Strangely and unexpectedly I have started listening to classical music, largely orchestral, while running. I run along the east side esplanade, along the water (my brother Edward reminded me in my prior post that our East River is actually an estuary) which tends to be glorious with the sun rising over it in the early mornings. I will never tire of the various moods of the water – choppy with current one day and still the next. It reminds me of the river which was always in our backyard growing up.

However, not to be too romantic about it, on the other side of me each day is the FDR drive and a noisy endless bevy of cars, fighting their way to their early morning destinations. Therefore, it is not the glorious sounds of nature I would enjoy if I wasn’t plugged into my phone. Audio books were always my go to when exercising and I have listened to some wonderful things. Yet I was finding increasingly that they weren’t right for running, distracting but not in a good way.
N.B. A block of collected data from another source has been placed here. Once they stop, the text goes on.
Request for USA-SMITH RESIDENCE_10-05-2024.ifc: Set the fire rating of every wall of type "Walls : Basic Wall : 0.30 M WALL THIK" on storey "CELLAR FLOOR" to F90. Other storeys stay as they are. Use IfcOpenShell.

First a look at what the model holds.

```python
import ifcopenshell
import ifcopenshell.util.element

model = ifcopenshell.open("USA-SMITH RESIDENCE_10-05-2024.ifc")
print(model.schema)
storey = next(s for s in model.by_type("IfcBuildingStorey") if s.Name == "CELLAR FLOOR")
walls = [e for e in ifcopenshell.util.element.get_decomposition(storey) if e.is_a("IfcWall")]
seen = {}
for e in walls:
    element_type = ifcopenshell.util.element.get_type(e)
    key = (element_type.Name if element_type != e and element_type else None, ifcopenshell.util.element.get_pset(e, "Pset_WallCommon", "FireRating"))
    seen[key] = seen.get(key, 0) + 1
for (name, value), count in sorted(seen.items(), key=str):
    print(count, "x", name, "|", value)
```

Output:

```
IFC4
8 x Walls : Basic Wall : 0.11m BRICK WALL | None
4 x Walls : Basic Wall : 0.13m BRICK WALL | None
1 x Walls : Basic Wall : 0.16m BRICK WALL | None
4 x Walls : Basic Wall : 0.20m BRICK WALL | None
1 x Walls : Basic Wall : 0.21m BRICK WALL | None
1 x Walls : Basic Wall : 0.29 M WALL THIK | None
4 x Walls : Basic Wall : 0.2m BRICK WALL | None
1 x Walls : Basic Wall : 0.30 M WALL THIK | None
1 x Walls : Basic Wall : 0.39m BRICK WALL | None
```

```python
import ifcopenshell
import ifcopenshell.api.pset
import ifcopenshell.util.element

model = ifcopenshell.open("USA-SMITH RESIDENCE_10-05-2024.ifc")

storey = next(s for s in model.by_type("IfcBuildingStorey") if s.Name == "CELLAR FLOOR")
walls = [e for e in ifcopenshell.util.element.get_decomposition(storey) if e.is_a("IfcWall")]

count = 0
for e in walls:
    element_type = ifcopenshell.util.element.get_type(e)
    if element_type in (None, e) or element_type.Name != "Walls : Basic Wall : 0.30 M WALL THIK":
        continue
    # add_pset returns the element's existing set when there is one.
    pset = ifcopenshell.api.pset.add_pset(model, product=e, name="Pset_WallCommon")
    ifcopenshell.api.pset.edit_pset(model, pset=pset, properties={"FireRating": "F90"})
    count += 1

print(count, "walls updated")

model.write("USA-SMITH RESIDENCE_10-05-2024_v2.ifc")
```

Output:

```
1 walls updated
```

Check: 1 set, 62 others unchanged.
I switched to a music mix I had used occasionally for workouts which ran I admit with some embarrassment heavily to Bruce Springsteen (can’t take the Jersey out of the girl I guess) which did the job but was a bit repetitive. However, one day it started with a curiosity about Beethoven’s 7th symphony and the feeling I had never really listened to it. I downloaded it and decided I would listen to it while running – which I did many times over several weeks. After that I wandered over to Schubert’s Unfinished Symphony which has long been a favorite, but I hadn’t heard in a long time. I welcomed spring with Vivaldi’s Four Seasons. (Admittedly, I have pretty routine taste and I suppose if I want another challenge I could actually start learning about classical music.)

I listened to a Beethoven violin concerto and realized that after years of it making me sad after my sister died, more than a decade later now I love listening to the violin. Staying with Beethoven I was listening to a piano concerto yesterday and realized I have rarely listened to much piano at all and what an amazing instrument – one-stop shopping for a full orchestra in a single instrument. The education of my ear which I had been receiving with live music via jazz on the job in recent years, has taken a turn with classical music.

My experiment with running began with a combination of walking and running. Running as long as I could, followed by periods of walking which became shorter over time. I achieved a milestone the other day and did virtually the full run without a break. (There is a steep incline at a land bridge which I have yet to tackle at even a slow run.) I had dragged myself out that day which it turned out was a gentle spring morning not to be missed and was rewarded. For those who have followed my running via my IG stories, I am taking fewer photos now that I am walking less!

Frankly most mornings it is still sheer will that gets me into my sweats and out the door. (I wrote last time that I was doing the post simply to keep me from quitting the whole venture.) It is hard and drinking coffee at my desk or even lifting weights in the comfort of the apartment is more appealing. However, once I am out it is good for me and I am seeing spring unfold in the park where I start and end my jaunts. Earlier this week a hawk swooped right past me at eye level while I warmed up with a few moving stretches pre-run. (He was a big fella and I was glad not to be a small mammal or bird. Yikes!) Plants are beginning their persistent and riotous emergence and squirrels and birds are suddenly everywhere, feasting and frolicking. When I look back on this time I think it will be these mornings I remember best.